## Problem to work on
Your task is to copy every line of the entries that contains "Masonry".

-- Given data follows --

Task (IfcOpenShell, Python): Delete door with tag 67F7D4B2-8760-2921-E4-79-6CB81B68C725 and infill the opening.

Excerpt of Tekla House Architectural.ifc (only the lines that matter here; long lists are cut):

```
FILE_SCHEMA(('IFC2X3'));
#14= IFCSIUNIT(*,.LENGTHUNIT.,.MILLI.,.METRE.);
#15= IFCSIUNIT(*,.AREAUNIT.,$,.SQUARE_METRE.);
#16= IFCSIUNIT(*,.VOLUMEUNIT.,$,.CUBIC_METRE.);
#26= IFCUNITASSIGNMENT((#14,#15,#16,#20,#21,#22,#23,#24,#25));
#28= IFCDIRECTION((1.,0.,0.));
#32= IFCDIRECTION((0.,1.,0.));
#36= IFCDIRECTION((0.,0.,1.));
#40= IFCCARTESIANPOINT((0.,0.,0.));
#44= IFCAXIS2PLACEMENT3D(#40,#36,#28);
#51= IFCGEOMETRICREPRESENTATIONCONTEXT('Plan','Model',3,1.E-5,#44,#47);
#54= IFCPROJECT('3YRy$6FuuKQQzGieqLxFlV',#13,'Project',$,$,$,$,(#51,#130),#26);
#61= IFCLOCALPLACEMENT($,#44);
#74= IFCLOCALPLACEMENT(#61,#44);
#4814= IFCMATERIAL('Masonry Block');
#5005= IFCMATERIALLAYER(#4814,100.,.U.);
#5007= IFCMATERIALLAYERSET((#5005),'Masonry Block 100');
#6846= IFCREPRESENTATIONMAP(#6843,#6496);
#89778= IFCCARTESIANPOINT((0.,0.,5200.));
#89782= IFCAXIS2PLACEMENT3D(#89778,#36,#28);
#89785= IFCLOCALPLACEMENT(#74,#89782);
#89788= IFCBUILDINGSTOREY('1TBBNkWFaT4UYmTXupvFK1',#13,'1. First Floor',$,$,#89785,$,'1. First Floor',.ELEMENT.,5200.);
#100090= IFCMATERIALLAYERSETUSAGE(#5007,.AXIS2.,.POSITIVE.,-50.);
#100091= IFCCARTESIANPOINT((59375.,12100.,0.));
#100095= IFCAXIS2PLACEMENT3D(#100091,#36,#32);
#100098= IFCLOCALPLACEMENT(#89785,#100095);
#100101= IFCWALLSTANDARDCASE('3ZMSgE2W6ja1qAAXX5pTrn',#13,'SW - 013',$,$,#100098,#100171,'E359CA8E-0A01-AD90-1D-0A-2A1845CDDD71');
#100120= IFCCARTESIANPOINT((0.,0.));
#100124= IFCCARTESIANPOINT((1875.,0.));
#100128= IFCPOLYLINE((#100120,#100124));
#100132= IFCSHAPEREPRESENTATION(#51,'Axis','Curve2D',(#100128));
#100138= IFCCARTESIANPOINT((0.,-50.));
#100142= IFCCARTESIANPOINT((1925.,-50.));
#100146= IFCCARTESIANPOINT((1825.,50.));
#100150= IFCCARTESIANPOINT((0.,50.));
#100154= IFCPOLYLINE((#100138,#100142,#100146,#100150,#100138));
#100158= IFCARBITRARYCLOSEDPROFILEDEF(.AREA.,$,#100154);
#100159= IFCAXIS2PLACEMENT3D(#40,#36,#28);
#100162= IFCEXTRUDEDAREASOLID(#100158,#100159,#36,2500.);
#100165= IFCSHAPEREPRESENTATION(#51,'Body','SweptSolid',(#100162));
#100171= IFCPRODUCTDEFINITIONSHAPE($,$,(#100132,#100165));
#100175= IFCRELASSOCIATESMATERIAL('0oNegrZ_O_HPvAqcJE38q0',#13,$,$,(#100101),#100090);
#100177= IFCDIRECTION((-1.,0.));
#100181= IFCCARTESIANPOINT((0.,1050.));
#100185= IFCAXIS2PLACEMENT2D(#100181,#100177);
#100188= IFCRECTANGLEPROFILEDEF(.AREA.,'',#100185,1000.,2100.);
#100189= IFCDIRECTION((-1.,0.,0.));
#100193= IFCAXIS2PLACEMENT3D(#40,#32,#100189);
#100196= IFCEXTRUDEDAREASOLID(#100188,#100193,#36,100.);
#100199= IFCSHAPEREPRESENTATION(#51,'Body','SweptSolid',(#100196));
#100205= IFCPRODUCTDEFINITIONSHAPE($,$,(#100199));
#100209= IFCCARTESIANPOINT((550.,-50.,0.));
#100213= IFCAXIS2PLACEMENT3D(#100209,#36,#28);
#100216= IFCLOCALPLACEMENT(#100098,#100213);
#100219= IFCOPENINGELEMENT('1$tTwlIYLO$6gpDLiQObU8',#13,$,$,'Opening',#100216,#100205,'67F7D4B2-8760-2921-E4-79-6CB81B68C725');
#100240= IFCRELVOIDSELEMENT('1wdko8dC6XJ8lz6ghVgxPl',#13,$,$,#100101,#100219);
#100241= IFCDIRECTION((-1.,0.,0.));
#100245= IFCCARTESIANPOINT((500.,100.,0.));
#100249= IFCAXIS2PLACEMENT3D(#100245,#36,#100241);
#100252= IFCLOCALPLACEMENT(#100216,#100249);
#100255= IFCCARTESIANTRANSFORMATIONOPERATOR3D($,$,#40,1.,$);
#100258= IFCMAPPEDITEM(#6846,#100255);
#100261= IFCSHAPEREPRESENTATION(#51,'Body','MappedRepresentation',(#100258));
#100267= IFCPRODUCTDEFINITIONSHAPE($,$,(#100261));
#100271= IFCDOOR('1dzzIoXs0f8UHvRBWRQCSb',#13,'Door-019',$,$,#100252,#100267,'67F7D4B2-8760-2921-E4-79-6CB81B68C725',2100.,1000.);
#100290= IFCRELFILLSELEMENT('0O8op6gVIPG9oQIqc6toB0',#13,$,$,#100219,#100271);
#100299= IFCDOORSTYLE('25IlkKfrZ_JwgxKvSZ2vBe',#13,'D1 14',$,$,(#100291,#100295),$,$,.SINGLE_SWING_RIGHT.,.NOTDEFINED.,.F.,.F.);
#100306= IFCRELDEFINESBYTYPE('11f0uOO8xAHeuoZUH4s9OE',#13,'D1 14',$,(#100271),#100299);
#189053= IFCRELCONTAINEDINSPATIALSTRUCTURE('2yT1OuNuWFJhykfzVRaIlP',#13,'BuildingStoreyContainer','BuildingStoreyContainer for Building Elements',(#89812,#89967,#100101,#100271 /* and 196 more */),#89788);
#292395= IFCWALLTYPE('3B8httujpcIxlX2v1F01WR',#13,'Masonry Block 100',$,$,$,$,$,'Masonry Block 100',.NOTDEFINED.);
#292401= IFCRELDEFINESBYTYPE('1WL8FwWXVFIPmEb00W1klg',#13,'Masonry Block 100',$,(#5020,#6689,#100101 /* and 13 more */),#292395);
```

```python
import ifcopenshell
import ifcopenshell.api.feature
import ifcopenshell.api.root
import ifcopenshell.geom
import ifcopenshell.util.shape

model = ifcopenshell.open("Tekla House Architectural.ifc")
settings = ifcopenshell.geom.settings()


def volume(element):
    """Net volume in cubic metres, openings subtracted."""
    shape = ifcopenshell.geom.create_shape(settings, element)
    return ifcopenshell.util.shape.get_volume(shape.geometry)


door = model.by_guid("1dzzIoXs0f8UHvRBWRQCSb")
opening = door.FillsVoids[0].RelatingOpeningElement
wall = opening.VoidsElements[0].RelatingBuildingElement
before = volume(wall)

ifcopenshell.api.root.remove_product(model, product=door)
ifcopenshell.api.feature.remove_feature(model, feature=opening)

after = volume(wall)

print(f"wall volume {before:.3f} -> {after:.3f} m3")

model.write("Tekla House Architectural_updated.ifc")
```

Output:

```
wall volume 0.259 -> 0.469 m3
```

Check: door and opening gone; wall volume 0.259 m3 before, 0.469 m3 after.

-- Given data concluded --

## Written answer
#4814= IFCMATERIAL('Masonry Block');
#5007= IFCMATERIALLAYERSET((#5005),'Masonry Block 100');
#292395= IFCWALLTYPE('3B8httujpcIxlX2v1F01WR',#13,'Masonry Block 100',$,$,$,$,$,'Masonry Block 100',.NOTDEFINED.);
#292401= IFCRELDEFINESBYTYPE('1WL8FwWXVFIPmEb00W1klg',#13,'Masonry Block 100',$,(#5020,#6689,#100101 /* and 13 more */),#292395);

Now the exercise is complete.